= Edgar May =

American politician from Vermont (1929–2012)

Edgar May (June 27, 1929 - December 27, 2012) was an American journalist and politician. He served in the Vermont House of Representatives 1973–1983 and the Vermont Senate 1983–1991 and he was the elder brother of three-term Vermont Governor Madeleine May Kunin.

==Life and career==
May was born in Zürich, Switzerland, and moved to the United States in 1940. He was raised in New Jersey, graduating from high school in Princeton, and then worked as a clerk at The New York Times while studying at Columbia University.

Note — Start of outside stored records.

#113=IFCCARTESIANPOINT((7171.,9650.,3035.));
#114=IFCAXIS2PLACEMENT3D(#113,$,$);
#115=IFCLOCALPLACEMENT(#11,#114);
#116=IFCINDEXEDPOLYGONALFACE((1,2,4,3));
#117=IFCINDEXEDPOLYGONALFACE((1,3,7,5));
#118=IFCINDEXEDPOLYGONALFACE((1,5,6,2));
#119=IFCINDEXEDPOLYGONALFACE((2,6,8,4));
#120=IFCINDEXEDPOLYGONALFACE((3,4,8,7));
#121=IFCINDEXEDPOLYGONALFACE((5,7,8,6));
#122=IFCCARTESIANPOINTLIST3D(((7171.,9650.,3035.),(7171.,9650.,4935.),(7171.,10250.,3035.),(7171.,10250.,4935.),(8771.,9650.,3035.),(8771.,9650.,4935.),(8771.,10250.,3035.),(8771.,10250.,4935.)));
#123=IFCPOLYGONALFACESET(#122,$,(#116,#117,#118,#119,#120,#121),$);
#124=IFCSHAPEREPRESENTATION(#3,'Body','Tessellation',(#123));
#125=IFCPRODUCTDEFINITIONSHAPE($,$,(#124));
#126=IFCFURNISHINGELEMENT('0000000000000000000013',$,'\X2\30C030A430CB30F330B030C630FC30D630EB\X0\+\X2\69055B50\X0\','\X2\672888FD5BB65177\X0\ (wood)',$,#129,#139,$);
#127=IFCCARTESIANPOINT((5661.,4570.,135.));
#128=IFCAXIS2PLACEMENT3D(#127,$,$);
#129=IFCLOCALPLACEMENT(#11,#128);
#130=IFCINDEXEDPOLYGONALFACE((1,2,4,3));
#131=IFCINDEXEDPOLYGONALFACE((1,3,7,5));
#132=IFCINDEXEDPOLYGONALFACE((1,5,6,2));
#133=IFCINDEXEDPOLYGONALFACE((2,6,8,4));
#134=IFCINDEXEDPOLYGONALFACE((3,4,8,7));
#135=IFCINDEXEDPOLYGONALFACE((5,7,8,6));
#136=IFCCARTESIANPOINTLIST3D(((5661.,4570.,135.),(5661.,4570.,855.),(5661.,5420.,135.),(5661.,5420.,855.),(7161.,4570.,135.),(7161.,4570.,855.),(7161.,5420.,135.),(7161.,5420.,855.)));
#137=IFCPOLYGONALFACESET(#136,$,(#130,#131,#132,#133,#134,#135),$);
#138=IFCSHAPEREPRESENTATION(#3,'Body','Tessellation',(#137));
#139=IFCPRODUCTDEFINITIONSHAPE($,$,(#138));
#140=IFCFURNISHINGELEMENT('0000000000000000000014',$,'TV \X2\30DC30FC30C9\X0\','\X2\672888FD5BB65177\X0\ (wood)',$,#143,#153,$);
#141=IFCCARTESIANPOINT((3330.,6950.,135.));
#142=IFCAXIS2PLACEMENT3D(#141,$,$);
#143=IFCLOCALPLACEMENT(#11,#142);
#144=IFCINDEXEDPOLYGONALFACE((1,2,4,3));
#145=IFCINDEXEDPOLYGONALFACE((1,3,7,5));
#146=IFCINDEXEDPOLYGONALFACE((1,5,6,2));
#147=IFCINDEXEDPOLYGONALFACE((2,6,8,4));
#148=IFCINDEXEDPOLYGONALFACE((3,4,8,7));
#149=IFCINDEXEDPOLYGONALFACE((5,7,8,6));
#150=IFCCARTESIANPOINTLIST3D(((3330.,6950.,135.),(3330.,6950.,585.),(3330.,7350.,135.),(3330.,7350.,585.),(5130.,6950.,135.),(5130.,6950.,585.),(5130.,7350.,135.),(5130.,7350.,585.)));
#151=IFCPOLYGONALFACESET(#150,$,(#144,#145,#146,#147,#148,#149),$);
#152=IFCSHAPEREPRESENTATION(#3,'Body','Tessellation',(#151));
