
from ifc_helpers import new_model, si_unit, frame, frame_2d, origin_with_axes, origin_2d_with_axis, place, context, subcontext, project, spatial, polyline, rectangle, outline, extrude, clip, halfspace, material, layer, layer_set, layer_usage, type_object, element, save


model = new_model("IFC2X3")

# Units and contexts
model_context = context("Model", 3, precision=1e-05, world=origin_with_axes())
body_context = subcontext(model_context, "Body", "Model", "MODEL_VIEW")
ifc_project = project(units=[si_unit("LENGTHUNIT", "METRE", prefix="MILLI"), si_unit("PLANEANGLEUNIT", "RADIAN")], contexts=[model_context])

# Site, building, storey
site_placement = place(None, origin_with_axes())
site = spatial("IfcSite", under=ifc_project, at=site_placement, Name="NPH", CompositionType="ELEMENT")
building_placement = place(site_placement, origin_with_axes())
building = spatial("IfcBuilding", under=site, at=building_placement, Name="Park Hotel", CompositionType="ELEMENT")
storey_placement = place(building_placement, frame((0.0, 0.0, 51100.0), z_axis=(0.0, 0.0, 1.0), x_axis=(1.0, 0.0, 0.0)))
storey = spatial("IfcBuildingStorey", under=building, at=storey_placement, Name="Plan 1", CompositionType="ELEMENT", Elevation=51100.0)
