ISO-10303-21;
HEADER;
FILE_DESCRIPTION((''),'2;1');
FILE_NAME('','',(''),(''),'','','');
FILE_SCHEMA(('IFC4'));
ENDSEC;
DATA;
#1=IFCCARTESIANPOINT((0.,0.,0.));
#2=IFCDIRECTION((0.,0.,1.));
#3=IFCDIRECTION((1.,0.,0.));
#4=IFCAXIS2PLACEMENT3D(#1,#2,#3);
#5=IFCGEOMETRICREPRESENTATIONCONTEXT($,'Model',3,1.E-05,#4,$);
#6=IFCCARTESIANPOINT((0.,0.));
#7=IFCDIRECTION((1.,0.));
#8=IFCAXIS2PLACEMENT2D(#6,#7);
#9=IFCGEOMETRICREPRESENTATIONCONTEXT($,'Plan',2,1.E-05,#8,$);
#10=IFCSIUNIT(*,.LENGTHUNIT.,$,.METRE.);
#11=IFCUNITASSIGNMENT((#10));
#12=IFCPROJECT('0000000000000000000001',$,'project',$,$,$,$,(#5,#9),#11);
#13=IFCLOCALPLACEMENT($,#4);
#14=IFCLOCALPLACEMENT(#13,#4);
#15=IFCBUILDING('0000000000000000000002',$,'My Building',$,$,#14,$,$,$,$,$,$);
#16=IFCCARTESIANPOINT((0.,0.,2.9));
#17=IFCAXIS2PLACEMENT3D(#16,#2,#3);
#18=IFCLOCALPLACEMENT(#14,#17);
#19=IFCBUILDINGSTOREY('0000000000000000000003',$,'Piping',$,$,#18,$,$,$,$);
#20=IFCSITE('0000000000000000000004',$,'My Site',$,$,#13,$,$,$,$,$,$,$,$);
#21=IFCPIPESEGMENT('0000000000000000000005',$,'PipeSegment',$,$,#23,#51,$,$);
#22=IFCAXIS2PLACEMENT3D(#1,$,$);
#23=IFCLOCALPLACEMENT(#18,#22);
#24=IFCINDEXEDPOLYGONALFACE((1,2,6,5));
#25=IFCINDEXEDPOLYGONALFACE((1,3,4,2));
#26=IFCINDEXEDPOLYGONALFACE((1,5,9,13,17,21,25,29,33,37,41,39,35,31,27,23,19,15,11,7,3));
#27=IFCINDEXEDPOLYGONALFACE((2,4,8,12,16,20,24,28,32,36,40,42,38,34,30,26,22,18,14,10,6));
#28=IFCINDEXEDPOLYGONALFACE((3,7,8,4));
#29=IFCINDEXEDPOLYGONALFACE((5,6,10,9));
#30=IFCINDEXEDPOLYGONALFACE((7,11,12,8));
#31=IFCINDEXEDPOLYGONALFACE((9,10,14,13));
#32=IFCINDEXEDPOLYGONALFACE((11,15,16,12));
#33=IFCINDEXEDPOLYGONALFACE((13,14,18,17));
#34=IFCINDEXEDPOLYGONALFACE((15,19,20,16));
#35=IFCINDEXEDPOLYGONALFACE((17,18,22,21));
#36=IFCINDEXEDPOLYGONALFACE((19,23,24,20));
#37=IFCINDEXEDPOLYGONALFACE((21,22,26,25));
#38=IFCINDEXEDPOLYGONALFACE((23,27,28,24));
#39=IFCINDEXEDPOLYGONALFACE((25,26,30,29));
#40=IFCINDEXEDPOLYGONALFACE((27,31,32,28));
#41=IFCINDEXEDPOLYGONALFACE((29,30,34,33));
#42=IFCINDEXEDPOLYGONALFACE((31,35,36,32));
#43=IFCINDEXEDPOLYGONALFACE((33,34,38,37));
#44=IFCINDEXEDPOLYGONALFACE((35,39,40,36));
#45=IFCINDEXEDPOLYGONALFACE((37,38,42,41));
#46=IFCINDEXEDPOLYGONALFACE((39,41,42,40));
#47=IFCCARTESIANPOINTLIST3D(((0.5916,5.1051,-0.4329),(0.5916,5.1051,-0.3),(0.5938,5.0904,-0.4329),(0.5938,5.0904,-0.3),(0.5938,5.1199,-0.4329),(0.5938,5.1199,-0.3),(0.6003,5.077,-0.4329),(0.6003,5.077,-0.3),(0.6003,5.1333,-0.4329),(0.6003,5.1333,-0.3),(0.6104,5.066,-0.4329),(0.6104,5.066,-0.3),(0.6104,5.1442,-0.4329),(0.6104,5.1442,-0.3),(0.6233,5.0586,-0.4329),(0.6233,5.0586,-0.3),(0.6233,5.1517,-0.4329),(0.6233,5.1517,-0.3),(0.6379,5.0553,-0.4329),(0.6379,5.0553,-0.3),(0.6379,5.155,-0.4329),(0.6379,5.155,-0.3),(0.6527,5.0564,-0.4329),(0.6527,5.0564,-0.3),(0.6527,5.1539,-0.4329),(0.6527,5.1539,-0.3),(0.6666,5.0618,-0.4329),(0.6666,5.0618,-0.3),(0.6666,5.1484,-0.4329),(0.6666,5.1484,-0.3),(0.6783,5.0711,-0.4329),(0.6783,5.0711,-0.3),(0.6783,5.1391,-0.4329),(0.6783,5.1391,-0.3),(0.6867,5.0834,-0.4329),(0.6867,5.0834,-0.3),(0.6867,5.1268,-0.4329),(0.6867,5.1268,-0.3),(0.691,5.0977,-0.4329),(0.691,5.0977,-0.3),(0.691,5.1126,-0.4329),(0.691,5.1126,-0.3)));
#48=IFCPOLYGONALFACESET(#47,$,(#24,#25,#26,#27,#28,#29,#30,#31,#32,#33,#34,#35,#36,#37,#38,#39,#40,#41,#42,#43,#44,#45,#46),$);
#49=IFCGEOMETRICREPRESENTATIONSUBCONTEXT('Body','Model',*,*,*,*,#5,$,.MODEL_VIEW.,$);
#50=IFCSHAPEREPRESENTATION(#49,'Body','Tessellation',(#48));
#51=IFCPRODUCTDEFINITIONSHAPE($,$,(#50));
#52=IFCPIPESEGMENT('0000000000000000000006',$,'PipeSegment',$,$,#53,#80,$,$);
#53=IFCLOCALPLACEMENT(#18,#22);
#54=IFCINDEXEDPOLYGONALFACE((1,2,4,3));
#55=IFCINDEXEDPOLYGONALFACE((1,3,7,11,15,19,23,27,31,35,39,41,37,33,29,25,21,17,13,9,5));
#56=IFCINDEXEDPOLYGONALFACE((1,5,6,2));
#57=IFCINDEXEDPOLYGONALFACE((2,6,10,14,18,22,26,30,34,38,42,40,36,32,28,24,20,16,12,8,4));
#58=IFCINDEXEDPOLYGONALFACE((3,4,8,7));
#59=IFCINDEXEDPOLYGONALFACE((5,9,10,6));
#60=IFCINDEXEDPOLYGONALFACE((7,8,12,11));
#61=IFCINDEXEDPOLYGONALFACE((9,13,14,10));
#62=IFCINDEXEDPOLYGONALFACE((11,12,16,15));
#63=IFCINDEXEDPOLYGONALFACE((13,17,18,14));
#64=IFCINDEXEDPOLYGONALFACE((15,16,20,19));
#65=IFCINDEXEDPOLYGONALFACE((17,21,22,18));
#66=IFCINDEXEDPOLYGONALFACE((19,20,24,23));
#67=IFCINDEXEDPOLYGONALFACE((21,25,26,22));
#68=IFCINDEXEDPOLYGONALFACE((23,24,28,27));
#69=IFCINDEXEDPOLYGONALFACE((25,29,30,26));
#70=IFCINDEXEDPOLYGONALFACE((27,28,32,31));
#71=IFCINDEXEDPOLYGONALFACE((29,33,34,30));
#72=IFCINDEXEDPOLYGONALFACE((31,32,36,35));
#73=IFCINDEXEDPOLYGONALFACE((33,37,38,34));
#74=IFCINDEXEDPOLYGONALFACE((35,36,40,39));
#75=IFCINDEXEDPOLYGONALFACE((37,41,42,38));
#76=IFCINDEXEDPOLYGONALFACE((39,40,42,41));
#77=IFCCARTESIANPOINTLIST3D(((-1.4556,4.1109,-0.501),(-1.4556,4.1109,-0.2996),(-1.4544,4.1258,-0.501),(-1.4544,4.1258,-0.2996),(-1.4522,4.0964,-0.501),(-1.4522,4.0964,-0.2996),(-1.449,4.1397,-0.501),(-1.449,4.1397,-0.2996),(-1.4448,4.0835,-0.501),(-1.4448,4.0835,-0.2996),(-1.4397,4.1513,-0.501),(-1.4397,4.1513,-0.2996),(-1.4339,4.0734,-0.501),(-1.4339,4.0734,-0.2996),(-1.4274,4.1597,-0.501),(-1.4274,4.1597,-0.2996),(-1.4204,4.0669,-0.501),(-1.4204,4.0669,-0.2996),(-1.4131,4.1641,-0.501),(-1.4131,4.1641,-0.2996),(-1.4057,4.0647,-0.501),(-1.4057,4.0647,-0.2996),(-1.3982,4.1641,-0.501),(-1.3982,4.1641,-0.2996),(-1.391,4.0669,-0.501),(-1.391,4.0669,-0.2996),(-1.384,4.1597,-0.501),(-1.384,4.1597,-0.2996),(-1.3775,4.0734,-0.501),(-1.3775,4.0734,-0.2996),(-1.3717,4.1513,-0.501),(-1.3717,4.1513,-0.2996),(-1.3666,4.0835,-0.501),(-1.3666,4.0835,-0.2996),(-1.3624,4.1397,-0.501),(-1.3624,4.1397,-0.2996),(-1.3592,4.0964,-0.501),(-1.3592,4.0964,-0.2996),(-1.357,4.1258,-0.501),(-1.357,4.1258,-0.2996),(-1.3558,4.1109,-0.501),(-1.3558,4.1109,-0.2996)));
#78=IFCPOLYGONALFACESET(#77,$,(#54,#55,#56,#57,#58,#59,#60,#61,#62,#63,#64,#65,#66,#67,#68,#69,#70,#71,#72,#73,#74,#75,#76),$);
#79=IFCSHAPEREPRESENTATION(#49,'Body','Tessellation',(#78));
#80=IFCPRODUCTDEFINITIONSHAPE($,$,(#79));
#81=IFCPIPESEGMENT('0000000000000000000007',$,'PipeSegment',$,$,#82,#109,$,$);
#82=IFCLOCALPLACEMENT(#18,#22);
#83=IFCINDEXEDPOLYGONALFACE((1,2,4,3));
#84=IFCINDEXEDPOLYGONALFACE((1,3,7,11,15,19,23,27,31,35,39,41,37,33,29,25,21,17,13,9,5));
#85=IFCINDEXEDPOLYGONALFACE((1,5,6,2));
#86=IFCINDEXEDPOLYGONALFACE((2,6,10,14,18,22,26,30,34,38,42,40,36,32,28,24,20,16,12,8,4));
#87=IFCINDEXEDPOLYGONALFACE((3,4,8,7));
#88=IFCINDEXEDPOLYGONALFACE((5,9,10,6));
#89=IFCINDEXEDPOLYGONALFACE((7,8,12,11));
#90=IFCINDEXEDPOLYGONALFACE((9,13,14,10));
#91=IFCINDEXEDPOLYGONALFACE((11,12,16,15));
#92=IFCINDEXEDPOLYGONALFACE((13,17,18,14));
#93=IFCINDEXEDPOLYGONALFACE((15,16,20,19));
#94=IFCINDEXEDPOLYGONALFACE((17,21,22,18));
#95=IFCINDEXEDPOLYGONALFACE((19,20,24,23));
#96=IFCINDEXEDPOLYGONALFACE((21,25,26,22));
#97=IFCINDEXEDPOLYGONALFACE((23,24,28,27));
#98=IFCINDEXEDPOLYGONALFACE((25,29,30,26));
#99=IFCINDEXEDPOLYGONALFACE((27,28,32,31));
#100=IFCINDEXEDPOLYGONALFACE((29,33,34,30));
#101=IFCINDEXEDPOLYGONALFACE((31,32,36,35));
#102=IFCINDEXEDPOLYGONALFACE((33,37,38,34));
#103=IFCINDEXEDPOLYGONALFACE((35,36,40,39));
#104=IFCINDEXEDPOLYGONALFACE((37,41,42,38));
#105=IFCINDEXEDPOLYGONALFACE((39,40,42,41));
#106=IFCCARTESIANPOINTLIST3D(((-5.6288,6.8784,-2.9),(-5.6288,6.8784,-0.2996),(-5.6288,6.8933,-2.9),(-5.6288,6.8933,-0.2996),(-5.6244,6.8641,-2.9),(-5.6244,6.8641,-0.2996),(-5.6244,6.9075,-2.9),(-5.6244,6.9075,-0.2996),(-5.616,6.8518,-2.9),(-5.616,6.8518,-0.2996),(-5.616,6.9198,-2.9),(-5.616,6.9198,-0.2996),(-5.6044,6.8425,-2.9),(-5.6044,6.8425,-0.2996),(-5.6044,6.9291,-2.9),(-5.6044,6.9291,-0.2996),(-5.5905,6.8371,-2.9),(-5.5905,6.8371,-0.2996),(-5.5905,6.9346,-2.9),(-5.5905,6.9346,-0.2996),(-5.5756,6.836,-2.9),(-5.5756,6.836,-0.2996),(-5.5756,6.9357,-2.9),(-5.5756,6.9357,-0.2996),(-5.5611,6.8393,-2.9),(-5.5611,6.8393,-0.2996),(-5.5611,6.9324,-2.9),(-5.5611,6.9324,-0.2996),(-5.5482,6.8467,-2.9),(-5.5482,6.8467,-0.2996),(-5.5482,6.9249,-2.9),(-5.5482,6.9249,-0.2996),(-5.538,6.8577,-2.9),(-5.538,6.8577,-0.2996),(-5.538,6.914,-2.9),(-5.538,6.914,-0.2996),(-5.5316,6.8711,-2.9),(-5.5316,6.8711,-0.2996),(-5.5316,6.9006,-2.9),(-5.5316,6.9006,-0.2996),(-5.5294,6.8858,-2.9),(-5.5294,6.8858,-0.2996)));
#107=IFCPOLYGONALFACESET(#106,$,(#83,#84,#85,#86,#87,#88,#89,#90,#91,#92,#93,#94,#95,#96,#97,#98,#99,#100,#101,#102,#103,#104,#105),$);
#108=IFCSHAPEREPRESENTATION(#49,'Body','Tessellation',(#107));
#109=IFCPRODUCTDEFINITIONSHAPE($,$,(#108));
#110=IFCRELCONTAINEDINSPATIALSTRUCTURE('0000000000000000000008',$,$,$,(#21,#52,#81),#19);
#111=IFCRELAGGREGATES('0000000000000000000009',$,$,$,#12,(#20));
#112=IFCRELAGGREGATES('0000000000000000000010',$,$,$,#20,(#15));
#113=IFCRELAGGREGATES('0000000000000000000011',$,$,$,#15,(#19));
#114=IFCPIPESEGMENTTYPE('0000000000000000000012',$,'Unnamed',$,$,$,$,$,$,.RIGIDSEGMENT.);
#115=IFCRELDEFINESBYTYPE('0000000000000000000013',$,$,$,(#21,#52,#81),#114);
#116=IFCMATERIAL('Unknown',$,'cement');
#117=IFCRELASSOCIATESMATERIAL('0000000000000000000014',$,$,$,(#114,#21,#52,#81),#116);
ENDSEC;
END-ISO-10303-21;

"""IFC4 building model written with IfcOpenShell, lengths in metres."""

from ifc_helpers import new_model, si_unit, frame, origin_with_axes, origin_2d_with_axis, place, context, subcontext, project, spatial, circle, extrude, material, material_profile, profile_set, profile_usage, type_object, element, save


model = new_model("IFC4")

# Units and contexts
model_context = context("Model", 3, precision=1e-05, world=origin_with_axes())
plan_context = context("Plan", 2, precision=1e-05, world=origin_2d_with_axis())
body_context = subcontext(model_context, "Body", "Model", "MODEL_VIEW")
ifc_project = project(units=[si_unit("LENGTHUNIT", "METRE")], contexts=[model_context, plan_context])

# Site, building, storey
site_placement = place(None, origin_with_axes())
site = spatial("IfcSite", under=ifc_project, at=site_placement, Name="My Site")
building_placement = place(site_placement, origin_with_axes())
building = spatial("IfcBuilding", under=site, at=building_placement, Name="My Building")
storey_placement = place(building_placement, frame((0.0, 0.0, 2.9), z_axis=(0.0, 0.0, 1.0), x_axis=(1.0, 0.0, 0.0)))
storey = spatial("IfcBuildingStorey", under=building, at=storey_placement, Name="Piping")

# Pipe segments
ifc_material = material(Name="Unknown", Category="cement")
ifc_material_profile_1 = material_profile(ifc_material, circle(Radius=0.05))
ifc_profile_set_1 = profile_set([ifc_material_profile_1])
pipe_segment_type = type_object("IfcPipeSegmentType", Name="Unnamed", PredefinedType="RIGIDSEGMENT", material=ifc_profile_set_1)
ifc_profile_usage_1 = profile_usage(ifc_profile_set_1, cardinal=5)
pipe_segment_1_placement = place(storey_placement, frame((0.6416, 5.1051, -0.4329), z_axis=(0.0, 0.0, 1.0), x_axis=(-1.0, 0.0, 0.0)))
element("IfcPipeSegment", 1, at=pipe_segment_1_placement, inside=storey, type_object=pipe_segment_type, material=ifc_profile_usage_1, Name="PipeSegment", context=body_context, shape_type="SweptSolid", body=[
    extrude(circle(Radius=0.05), origin_with_axes(), (0.0, 0.0, 1.0), 0.1329),
])
ifc_profile_usage_2 = profile_usage(ifc_profile_set_1, cardinal=5)
pipe_segment_2_placement = place(storey_placement, frame((-1.4057, 4.1147, -0.501), z_axis=(0.0, 0.0, 1.0), x_axis=(0.0, -1.0, 0.0)))
element("IfcPipeSegment", 2, at=pipe_segment_2_placement, inside=storey, type_object=pipe_segment_type, material=ifc_profile_usage_2, Name="PipeSegment", context=body_context, shape_type="SweptSolid", body=[
    extrude(circle(Radius=0.05), origin_with_axes(), (0.0, 0.0, 1.0), 0.2013),
])
ifc_profile_usage_3 = profile_usage(ifc_profile_set_1, cardinal=5)
pipe_segment_3_placement = place(storey_placement, frame((-5.5794, 6.8858, -0.2996), z_axis=(0.0, 0.0, -1.0), x_axis=(1.0, 0.0, 0.0)))
element("IfcPipeSegment", 3, at=pipe_segment_3_placement, inside=storey, type_object=pipe_segment_type, material=ifc_profile_usage_3, Name="PipeSegment", context=body_context, shape_type="SweptSolid", body=[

During the Korean War, May served in the United States Army, assigned as a speechwriter for commanders and staff based at Fort Sheridan, Illinois. He graduated from Northwestern University with a degree in journalism in 1957.

May worked as a reporter for the Bellows Falls Times, Fitchburg Sentinel, and Buffalo Evening News. While at the Buffalo Evening News in 1960, he investigated the New York State welfare system, and won the annual Pulitzer Prize for Local Reporting, No Edition Time (a predecessor of the Investigative Reporting Prize), citing "his series of articles on New York State's public welfare services entitled, "Our Costly Dilemma", based in part on his three-month employment as a State case worker. The series brought about reforms that attracted nationwide attention." The series led to a book, The Wasted Americans: cost of our welfare dilemma, published by Harper & Row in 1964.

He worked in the Johnson administration, including assisting Sargent Shriver in operating the Peace Corps and as deputy director of the Domestic Peace Corps, which later became Volunteers in Service to America (VISTA).

May was a consultant for the Ford Foundation from 1970 to 1975, and wrote for Corrections Magazine.

A Democrat, he served in the Vermont House of Representatives from 1975 to 1983. He was a member of the Vermont Senate from 1983 to 1991, and was chairman of the Senate Appropriations Committee.

From 1993 to 1996 May was Chief Operating Officer of the Special Olympics.

In retirement May was active in several civic and municipal projects in his hometown, Springfield, Vermont.

==Death==
May died on December 27, 2012, in Tucson, Arizona, aged 83, from complications of a stroke he had suffered three weeks earlier.